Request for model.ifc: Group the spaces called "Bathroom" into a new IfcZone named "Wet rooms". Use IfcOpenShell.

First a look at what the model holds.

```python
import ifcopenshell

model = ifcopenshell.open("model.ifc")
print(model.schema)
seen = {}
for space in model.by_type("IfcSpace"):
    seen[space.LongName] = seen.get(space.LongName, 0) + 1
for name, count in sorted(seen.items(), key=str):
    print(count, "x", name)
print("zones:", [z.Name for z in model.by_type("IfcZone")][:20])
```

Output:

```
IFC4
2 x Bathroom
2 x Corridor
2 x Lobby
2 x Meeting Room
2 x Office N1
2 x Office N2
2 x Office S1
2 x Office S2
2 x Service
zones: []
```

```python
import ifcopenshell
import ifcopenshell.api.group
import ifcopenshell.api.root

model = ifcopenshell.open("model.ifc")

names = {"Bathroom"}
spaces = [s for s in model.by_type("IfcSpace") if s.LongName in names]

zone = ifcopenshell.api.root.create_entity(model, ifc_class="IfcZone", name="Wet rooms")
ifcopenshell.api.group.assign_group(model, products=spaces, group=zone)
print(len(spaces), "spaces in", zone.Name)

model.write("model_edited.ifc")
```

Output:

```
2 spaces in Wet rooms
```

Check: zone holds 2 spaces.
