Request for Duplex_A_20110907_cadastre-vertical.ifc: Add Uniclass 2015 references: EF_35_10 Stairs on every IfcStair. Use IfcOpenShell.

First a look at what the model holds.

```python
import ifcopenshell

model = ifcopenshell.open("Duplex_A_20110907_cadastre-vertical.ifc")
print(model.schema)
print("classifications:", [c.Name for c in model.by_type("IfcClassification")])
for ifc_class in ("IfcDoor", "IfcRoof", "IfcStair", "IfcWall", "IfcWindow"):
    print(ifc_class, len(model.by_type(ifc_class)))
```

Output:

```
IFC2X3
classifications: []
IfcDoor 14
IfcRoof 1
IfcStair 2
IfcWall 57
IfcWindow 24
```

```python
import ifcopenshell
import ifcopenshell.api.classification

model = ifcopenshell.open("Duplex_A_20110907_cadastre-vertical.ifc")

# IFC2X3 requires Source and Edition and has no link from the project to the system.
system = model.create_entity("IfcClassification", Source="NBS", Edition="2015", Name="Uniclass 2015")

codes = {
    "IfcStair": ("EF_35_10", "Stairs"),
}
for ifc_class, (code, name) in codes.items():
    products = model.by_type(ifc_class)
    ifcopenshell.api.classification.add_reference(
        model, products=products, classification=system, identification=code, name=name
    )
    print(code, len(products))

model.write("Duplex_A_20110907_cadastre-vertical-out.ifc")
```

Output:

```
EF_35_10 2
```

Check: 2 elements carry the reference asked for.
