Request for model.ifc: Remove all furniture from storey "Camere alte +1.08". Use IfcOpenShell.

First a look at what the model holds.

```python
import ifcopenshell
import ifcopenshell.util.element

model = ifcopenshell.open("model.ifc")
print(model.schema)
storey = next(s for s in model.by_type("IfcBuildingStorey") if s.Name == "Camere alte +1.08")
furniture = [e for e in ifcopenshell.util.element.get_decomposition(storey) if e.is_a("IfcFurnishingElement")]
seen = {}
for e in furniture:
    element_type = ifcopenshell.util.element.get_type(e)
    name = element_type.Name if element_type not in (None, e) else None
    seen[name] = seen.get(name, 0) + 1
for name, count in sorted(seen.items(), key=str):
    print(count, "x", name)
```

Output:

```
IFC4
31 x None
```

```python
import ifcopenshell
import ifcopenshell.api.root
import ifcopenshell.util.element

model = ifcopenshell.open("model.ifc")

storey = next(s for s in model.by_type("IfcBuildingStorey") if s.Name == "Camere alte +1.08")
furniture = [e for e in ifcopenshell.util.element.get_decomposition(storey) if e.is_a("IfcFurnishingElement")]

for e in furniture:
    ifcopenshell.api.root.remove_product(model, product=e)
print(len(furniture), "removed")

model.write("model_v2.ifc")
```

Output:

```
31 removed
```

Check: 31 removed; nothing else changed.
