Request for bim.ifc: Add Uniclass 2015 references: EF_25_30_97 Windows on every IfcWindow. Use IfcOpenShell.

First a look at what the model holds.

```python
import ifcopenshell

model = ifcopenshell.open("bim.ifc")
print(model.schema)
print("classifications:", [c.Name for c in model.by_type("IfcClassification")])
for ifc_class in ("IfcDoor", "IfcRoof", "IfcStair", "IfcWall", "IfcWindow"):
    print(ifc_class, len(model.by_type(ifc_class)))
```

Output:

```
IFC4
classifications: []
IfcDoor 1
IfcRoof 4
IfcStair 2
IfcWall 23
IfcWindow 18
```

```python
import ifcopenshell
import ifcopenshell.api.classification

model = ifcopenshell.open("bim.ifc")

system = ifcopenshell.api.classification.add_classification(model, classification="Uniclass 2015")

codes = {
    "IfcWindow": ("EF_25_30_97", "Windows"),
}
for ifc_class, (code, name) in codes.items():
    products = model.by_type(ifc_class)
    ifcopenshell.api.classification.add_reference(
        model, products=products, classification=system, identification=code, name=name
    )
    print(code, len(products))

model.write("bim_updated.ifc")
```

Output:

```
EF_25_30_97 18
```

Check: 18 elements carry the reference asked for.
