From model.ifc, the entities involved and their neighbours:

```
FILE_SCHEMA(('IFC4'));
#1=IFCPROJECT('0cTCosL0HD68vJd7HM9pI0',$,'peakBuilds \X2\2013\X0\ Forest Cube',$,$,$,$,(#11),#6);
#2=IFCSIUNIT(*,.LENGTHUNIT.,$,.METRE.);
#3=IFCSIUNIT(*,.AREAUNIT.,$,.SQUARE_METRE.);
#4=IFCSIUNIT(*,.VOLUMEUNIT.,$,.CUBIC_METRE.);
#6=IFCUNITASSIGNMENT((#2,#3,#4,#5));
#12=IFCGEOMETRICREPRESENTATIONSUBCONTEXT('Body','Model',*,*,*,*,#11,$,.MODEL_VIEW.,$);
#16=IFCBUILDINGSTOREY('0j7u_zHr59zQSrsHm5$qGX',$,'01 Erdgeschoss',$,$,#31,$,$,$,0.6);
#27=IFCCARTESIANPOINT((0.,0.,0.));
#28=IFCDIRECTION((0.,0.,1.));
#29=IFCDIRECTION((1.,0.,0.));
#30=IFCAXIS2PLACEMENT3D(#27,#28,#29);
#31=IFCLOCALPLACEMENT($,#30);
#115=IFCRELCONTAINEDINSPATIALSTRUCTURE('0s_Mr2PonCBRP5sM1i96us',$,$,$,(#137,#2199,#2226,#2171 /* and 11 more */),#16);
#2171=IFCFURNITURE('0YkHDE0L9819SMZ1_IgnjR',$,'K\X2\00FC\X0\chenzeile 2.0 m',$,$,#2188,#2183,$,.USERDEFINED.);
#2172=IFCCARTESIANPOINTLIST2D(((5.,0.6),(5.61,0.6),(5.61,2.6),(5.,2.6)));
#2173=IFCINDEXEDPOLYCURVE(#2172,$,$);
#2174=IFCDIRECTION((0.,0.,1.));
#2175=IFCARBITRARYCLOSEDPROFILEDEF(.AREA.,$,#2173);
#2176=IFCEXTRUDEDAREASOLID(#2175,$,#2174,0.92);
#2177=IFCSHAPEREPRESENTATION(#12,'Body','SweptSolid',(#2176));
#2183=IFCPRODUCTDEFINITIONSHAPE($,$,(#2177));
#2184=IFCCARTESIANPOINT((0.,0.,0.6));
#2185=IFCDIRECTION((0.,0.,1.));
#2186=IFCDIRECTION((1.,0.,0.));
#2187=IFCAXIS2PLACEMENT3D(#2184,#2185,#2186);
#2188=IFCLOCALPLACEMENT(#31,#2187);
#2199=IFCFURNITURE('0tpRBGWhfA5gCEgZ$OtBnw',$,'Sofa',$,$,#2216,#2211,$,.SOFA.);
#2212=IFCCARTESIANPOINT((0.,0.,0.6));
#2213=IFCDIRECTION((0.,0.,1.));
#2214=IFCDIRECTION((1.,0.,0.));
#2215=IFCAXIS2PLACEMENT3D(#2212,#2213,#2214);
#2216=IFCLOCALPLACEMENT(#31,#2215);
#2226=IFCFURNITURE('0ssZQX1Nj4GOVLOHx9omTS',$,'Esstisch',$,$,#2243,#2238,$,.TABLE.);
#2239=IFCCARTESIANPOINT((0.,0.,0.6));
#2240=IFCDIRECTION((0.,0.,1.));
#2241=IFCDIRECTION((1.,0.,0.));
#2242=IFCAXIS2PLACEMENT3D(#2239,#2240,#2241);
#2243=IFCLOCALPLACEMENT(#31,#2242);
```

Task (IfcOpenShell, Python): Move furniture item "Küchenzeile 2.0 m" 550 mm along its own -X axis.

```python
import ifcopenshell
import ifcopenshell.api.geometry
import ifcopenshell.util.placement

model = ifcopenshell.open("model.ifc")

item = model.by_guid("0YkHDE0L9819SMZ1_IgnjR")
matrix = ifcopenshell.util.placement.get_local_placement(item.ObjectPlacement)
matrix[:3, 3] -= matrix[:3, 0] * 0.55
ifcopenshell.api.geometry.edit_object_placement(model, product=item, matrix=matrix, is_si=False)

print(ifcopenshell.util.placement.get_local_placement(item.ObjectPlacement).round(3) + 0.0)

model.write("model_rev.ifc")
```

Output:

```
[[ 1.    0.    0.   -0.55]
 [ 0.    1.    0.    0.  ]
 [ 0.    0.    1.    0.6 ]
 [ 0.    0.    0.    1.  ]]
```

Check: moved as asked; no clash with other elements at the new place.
--------------------------------------------------
The answer must be every line from the records above that contains the word "IFCLOCALPLACEMENT", copied in full.

_Solution to this exercise_
#31=IFCLOCALPLACEMENT($,#30);
#2188=IFCLOCALPLACEMENT(#31,#2187);
#2216=IFCLOCALPLACEMENT(#31,#2215);
#2243=IFCLOCALPLACEMENT(#31,#2242);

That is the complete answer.